- INSTRUCTIONS TO FOLLOW -
Filter the data for lines with the word "walk" and copy those lines.
Start of GIVEN DATA
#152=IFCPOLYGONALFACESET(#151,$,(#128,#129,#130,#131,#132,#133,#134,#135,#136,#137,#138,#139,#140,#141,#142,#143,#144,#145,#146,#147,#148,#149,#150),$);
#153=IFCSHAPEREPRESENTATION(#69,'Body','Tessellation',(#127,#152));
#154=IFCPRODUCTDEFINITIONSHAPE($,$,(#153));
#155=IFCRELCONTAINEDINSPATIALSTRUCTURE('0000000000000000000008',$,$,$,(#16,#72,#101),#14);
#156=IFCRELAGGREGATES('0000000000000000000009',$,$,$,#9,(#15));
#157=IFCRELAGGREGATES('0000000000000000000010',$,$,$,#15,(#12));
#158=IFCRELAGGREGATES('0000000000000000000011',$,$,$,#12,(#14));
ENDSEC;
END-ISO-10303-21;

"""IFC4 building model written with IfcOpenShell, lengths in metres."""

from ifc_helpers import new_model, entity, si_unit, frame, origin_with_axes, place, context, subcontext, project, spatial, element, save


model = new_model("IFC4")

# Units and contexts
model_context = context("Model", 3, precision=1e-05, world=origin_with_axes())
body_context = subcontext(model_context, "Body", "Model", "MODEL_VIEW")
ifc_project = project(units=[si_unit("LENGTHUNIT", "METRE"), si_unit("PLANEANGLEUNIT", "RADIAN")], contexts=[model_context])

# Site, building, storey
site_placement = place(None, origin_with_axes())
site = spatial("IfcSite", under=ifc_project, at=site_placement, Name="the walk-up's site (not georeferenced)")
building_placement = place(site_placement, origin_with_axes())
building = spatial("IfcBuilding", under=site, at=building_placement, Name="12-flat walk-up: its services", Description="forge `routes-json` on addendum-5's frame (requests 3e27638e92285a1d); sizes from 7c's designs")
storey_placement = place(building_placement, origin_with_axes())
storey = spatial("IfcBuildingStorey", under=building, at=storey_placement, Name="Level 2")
End of GIVEN DATA
Start of GIVEN DATA
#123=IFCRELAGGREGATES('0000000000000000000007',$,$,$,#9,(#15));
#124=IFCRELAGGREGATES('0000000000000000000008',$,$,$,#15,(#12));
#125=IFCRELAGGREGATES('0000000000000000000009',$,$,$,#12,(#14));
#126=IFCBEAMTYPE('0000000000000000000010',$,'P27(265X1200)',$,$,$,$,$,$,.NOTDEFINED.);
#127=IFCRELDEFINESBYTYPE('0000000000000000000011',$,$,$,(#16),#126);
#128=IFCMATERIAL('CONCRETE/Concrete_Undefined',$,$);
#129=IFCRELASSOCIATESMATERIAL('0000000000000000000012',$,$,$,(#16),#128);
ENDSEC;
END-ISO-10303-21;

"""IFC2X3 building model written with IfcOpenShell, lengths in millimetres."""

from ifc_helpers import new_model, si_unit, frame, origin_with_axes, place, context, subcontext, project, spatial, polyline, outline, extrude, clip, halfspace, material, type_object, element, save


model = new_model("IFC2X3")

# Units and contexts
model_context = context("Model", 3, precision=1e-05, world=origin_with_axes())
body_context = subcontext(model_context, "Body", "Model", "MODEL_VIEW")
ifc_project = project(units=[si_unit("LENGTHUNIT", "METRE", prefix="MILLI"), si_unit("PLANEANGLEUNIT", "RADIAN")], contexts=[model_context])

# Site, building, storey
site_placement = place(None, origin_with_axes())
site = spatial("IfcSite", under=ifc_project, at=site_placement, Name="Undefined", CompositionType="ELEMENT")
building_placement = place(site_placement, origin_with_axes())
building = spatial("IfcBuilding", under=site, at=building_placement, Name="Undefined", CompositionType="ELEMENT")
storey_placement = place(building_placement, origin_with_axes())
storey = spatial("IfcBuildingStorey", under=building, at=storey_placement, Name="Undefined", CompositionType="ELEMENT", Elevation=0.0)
End of GIVEN DATA
- RESPONSE TO THIS TASK -
site = spatial("IfcSite", under=ifc_project, at=site_placement, Name="the walk-up's site (not georeferenced)")
building = spatial("IfcBuilding", under=site, at=building_placement, Name="12-flat walk-up: its services", Description="forge `routes-json` on addendum-5's frame (requests 3e27638e92285a1d); sizes from 7c's designs")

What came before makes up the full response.